What to work on :: With the records as your source, report how many lines contain "IFCDIRECTION". Add no other words.

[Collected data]

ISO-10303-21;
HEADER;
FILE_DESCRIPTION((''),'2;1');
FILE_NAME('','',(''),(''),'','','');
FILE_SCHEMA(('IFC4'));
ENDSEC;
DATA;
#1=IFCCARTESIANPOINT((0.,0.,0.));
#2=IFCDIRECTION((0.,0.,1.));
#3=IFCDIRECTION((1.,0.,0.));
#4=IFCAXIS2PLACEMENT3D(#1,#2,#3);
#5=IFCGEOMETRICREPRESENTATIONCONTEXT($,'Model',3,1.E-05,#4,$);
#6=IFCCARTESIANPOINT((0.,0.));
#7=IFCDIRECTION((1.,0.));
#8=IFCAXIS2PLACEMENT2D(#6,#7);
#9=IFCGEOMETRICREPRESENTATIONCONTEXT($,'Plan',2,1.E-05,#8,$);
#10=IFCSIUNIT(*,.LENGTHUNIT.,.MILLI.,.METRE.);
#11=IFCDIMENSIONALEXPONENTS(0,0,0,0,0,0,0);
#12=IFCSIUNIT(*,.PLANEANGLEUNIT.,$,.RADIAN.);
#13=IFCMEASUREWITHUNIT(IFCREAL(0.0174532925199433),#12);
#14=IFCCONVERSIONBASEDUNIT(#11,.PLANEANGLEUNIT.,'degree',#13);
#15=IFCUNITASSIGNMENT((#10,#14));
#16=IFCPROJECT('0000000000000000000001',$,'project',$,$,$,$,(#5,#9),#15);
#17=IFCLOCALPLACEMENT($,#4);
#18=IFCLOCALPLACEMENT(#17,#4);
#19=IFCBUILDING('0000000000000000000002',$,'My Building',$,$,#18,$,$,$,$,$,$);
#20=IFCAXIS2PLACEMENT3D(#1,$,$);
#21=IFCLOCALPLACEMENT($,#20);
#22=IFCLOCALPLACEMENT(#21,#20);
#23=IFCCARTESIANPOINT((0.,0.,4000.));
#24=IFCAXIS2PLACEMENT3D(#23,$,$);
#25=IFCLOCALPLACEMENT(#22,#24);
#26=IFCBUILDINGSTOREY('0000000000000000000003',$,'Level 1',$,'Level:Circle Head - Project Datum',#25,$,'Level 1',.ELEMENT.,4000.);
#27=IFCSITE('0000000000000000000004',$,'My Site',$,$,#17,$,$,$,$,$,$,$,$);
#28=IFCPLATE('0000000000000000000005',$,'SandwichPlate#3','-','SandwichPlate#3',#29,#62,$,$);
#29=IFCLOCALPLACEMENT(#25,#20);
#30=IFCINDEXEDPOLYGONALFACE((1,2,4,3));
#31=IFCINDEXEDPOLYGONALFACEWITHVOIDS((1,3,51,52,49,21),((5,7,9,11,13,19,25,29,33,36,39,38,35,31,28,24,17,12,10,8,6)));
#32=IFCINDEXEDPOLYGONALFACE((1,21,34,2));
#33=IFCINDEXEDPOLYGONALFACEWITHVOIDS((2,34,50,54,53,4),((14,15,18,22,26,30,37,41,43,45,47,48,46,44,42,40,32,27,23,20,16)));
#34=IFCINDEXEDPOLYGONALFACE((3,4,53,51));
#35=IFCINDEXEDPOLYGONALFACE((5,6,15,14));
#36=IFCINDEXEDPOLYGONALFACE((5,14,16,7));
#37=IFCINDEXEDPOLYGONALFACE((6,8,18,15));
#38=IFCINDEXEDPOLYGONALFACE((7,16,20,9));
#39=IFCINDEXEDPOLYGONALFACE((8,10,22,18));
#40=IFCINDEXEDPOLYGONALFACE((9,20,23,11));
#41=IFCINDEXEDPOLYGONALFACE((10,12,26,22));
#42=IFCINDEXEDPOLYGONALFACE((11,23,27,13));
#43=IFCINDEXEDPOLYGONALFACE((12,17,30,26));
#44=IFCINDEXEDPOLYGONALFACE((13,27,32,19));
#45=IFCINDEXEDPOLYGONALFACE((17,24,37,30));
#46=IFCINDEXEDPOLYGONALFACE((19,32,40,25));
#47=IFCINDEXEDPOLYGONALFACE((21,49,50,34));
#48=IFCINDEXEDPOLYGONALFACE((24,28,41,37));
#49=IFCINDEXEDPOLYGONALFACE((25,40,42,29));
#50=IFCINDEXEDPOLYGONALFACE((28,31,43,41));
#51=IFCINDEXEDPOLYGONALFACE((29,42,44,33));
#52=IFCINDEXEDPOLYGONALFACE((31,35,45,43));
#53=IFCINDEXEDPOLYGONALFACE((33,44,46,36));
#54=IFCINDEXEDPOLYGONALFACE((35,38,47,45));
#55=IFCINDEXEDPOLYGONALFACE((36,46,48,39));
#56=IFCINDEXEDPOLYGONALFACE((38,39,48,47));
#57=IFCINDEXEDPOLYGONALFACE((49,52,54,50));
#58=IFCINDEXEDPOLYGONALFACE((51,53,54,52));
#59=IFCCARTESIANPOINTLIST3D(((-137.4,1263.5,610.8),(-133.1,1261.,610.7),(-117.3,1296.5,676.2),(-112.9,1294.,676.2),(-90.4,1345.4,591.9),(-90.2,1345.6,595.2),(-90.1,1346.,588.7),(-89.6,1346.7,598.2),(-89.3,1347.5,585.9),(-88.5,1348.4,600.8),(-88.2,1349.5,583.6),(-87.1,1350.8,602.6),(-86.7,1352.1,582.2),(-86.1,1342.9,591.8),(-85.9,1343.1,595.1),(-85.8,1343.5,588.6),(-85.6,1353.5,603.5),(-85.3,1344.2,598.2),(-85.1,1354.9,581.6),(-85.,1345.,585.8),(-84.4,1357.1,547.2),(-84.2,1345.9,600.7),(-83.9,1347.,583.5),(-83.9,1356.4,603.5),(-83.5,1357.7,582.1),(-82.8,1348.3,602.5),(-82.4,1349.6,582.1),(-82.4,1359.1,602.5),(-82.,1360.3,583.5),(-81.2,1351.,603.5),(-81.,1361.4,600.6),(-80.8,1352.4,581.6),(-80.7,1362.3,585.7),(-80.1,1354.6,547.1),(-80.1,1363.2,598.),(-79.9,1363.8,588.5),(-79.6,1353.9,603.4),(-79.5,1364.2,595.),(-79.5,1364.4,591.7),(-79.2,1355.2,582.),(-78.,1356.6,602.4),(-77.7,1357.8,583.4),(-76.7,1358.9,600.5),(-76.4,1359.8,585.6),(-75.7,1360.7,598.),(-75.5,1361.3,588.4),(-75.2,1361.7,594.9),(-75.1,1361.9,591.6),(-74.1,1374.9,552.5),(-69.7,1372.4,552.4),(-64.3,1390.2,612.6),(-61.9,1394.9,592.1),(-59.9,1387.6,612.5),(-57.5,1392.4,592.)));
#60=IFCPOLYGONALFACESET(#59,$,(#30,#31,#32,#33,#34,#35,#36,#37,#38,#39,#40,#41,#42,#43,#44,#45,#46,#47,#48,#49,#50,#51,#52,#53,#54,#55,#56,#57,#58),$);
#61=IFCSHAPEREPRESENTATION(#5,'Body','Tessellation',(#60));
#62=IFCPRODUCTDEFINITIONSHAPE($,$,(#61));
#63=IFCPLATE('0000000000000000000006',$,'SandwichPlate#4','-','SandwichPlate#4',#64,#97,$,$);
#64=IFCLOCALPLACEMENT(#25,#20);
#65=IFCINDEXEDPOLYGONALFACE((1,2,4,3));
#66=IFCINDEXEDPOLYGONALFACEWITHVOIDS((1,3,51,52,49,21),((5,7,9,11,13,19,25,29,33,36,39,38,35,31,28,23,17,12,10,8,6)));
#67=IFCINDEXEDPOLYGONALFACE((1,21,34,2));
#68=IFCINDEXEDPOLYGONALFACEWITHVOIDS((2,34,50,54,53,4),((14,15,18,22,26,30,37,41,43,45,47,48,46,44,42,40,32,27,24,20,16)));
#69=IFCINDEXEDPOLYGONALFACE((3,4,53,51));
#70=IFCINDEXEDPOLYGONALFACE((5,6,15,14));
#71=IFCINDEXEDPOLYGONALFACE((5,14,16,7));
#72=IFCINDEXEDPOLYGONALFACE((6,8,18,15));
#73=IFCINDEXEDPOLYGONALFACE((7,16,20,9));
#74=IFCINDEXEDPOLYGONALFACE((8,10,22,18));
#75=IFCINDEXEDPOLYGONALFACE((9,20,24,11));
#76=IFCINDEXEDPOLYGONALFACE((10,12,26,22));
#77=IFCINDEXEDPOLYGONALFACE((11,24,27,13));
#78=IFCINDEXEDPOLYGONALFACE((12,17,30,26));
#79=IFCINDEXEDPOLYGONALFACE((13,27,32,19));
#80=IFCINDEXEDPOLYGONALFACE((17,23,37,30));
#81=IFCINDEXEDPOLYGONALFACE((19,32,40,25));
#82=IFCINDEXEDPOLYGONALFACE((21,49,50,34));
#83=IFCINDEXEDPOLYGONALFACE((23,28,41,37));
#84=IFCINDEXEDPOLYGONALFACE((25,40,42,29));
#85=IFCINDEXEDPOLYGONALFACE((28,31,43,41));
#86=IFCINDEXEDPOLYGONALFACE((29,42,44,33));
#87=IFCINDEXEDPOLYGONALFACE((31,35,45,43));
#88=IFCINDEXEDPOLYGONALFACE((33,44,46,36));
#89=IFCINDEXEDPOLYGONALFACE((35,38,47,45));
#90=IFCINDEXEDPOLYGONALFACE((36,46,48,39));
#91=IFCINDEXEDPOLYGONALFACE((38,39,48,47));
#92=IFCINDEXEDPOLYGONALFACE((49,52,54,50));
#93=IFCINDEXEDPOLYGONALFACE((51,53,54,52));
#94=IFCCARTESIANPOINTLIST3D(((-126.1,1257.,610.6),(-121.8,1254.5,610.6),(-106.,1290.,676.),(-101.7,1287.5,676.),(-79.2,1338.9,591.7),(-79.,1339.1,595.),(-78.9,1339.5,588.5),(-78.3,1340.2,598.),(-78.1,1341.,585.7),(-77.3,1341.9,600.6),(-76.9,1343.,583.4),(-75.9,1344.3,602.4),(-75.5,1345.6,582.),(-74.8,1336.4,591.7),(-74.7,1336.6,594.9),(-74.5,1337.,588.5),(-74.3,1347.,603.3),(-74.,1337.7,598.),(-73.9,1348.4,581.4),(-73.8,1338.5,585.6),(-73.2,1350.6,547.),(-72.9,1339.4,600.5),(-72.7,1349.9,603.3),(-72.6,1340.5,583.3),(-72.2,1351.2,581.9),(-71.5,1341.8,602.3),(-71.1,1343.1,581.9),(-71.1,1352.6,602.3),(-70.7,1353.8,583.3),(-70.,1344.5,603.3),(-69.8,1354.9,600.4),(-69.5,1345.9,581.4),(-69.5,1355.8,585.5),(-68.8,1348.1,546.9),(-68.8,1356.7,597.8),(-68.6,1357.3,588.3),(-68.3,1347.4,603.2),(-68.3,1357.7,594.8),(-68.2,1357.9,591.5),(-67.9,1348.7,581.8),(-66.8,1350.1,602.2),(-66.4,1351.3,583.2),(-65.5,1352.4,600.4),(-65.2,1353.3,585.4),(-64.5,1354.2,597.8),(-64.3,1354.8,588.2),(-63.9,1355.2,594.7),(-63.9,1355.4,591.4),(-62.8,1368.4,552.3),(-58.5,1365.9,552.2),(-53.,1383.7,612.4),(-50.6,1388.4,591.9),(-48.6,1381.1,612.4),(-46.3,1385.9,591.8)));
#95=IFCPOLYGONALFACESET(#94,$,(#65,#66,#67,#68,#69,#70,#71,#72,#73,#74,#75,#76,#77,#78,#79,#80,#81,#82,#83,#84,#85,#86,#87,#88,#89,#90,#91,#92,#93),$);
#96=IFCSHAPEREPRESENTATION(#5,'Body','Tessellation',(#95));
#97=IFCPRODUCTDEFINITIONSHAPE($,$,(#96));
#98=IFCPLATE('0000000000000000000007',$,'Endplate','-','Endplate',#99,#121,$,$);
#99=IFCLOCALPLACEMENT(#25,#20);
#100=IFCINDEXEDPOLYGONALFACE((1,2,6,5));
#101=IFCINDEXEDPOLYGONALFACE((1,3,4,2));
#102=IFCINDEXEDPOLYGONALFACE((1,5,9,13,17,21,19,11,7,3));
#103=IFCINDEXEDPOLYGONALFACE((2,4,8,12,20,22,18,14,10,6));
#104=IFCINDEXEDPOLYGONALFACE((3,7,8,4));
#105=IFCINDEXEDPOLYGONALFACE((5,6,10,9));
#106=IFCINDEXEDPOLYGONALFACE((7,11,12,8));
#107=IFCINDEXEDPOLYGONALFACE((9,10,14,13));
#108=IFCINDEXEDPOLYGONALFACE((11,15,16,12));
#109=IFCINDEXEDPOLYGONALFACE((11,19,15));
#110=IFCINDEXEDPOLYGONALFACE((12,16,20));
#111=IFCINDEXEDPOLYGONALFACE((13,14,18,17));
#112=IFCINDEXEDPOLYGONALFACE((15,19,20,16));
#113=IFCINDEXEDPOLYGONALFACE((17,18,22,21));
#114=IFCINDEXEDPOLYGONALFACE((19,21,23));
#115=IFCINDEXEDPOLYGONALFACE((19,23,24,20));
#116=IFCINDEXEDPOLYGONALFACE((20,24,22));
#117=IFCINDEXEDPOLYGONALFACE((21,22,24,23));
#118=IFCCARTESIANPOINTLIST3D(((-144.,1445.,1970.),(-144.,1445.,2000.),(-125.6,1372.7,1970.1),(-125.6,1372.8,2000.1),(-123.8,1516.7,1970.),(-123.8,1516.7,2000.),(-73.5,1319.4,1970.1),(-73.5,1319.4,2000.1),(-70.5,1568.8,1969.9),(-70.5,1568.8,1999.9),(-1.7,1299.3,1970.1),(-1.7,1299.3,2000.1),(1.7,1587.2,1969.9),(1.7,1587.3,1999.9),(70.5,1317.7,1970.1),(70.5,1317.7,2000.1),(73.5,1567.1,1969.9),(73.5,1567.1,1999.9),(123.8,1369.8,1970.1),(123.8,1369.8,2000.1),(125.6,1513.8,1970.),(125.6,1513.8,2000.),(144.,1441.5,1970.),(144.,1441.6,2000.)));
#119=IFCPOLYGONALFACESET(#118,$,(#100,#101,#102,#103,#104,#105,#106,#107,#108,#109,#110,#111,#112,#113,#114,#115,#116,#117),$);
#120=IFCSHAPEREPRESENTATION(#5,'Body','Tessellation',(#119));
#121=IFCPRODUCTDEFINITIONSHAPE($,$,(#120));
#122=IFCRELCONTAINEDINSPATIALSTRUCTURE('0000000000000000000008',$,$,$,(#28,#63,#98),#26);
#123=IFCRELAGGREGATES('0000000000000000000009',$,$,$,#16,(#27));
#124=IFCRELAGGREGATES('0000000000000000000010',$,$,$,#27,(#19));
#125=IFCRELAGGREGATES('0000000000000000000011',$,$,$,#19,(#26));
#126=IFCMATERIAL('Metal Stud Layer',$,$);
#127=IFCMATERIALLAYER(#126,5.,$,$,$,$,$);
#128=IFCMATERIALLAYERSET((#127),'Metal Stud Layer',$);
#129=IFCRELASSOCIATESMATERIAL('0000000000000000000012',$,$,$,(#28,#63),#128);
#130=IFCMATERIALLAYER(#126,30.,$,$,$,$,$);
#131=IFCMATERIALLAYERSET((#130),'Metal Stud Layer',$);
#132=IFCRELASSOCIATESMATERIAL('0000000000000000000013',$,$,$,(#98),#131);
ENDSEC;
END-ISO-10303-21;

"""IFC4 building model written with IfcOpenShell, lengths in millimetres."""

from ifc_helpers import new_model, entity, si_unit, converted_unit, point, frame, frame_2d, origin, origin_with_axes, origin_2d_with_axis, place, context, project, spatial, polyline, circle_curve, line_curve, trimmed, segment, composite_curve, circle, outline, extrude, material, layer, layer_set, element, save


model = new_model("IFC4")

# Units and contexts
model_context = context("Model", 3, precision=1e-05, world=origin_with_axes())
plan_context = context("Plan", 2, precision=1e-05, world=origin_2d_with_axis())
ifc_project = project(units=[si_unit("LENGTHUNIT", "METRE", prefix="MILLI"), converted_unit("PLANEANGLEUNIT", "degree", entity("IfcReal", 0.0174532925199433), si_unit("PLANEANGLEUNIT", "RADIAN"), dimensions=[0, 0, 0, 0, 0, 0, 0])], contexts=[model_context, plan_context])

# Site, building, storey
site_placement = place(None, origin_with_axes())
site = spatial("IfcSite", under=ifc_project, at=site_placement, Name="My Site")
building_placement = place(site_placement, origin_with_axes())
building = spatial("IfcBuilding", under=site, at=building_placement, Name="My Building")
placement_1 = place(None, origin())
placement_2 = place(placement_1, origin())
storey_placement = place(placement_2, frame((0.0, 0.0, 4000.0)))
storey = spatial("IfcBuildingStorey", under=building, at=storey_placement, Name="Level 1", ObjectType="Level:Circle Head - Project Datum", LongName="Level 1", CompositionType="ELEMENT", Elevation=4000.0)

# Shared definitions
ifc_material_1 = material(Name="Metal Stud Layer")

# Shared definitions
ifc_layer_1 = layer(ifc_material_1, 5.0)
ifc_layer_set_1 = layer_set([ifc_layer_1], Name="Metal Stud Layer")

Response to the task :: 3